**Saved data entries**
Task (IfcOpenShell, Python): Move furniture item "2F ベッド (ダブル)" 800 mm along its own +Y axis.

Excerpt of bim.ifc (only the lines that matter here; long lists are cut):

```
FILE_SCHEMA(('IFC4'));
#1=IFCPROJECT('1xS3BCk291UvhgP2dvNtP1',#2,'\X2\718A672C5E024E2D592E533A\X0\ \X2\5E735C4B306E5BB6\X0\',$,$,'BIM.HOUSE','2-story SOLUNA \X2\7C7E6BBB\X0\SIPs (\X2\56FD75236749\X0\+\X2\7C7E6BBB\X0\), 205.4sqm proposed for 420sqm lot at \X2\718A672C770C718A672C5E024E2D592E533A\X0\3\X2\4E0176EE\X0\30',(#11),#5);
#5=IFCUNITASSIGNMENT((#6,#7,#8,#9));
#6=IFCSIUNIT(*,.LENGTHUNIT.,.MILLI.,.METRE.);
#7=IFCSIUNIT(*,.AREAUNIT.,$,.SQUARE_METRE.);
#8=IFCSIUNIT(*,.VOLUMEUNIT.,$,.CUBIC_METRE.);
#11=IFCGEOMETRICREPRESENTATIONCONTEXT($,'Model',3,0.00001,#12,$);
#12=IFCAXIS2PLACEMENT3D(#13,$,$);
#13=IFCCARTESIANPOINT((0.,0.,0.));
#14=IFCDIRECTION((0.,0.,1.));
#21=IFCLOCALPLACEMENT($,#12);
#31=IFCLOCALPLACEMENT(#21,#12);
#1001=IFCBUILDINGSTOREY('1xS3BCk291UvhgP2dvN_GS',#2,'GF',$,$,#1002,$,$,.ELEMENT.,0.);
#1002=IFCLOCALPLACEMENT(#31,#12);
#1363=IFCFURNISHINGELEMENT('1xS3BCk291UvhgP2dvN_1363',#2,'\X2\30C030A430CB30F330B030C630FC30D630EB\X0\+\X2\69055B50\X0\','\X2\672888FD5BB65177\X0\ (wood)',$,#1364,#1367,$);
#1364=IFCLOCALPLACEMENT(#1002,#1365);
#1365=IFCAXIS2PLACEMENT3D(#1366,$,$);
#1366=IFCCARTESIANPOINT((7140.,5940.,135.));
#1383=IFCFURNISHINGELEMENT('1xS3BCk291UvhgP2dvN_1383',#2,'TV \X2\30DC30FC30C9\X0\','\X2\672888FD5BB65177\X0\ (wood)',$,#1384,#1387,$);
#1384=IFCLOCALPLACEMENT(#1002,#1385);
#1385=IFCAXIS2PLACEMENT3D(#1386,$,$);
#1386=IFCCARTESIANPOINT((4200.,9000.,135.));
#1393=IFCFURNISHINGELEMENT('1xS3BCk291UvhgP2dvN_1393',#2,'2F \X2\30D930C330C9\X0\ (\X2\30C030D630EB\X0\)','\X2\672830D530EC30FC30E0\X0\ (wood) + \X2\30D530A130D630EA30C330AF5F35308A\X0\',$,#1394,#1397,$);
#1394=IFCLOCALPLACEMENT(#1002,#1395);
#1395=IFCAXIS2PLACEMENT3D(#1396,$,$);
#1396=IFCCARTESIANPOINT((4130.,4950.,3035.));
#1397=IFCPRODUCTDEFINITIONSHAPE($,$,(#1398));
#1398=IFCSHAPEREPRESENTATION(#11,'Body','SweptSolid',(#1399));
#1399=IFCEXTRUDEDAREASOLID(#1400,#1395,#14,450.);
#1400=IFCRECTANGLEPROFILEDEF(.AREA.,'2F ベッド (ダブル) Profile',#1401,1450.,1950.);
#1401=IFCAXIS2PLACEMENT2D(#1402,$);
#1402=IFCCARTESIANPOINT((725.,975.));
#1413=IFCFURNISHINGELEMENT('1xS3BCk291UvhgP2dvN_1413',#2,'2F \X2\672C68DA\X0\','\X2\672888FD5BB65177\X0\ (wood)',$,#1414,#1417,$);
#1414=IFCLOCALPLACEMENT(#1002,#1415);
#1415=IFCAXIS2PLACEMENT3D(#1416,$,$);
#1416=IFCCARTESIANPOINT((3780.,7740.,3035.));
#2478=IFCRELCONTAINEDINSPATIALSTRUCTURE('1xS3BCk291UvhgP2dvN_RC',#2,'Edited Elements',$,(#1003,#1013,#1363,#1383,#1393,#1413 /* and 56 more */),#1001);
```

```python
import ifcopenshell
import ifcopenshell.api.geometry
import ifcopenshell.util.placement

model = ifcopenshell.open("bim.ifc")

item = model.by_id(1393)
matrix = ifcopenshell.util.placement.get_local_placement(item.ObjectPlacement)
matrix[:3, 3] += matrix[:3, 1] * 800.0
ifcopenshell.api.geometry.edit_object_placement(model, product=item, matrix=matrix, is_si=False)

print(ifcopenshell.util.placement.get_local_placement(item.ObjectPlacement).round(3) + 0.0)

model.write("bim-out.ifc")
```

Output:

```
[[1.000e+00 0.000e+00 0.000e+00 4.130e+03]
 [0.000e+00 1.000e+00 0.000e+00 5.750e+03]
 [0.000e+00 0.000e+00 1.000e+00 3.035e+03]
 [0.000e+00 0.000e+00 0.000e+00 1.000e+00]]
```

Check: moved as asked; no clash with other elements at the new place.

**Requirement**
Among the lines of the preceding data, which ones hold the word "IFCLOCALPLACEMENT"? List them.

**Task output**
#21=IFCLOCALPLACEMENT($,#12);
#31=IFCLOCALPLACEMENT(#21,#12);
#1002=IFCLOCALPLACEMENT(#31,#12);
#1364=IFCLOCALPLACEMENT(#1002,#1365);
#1384=IFCLOCALPLACEMENT(#1002,#1385);
#1394=IFCLOCALPLACEMENT(#1002,#1395);
#1414=IFCLOCALPLACEMENT(#1002,#1415);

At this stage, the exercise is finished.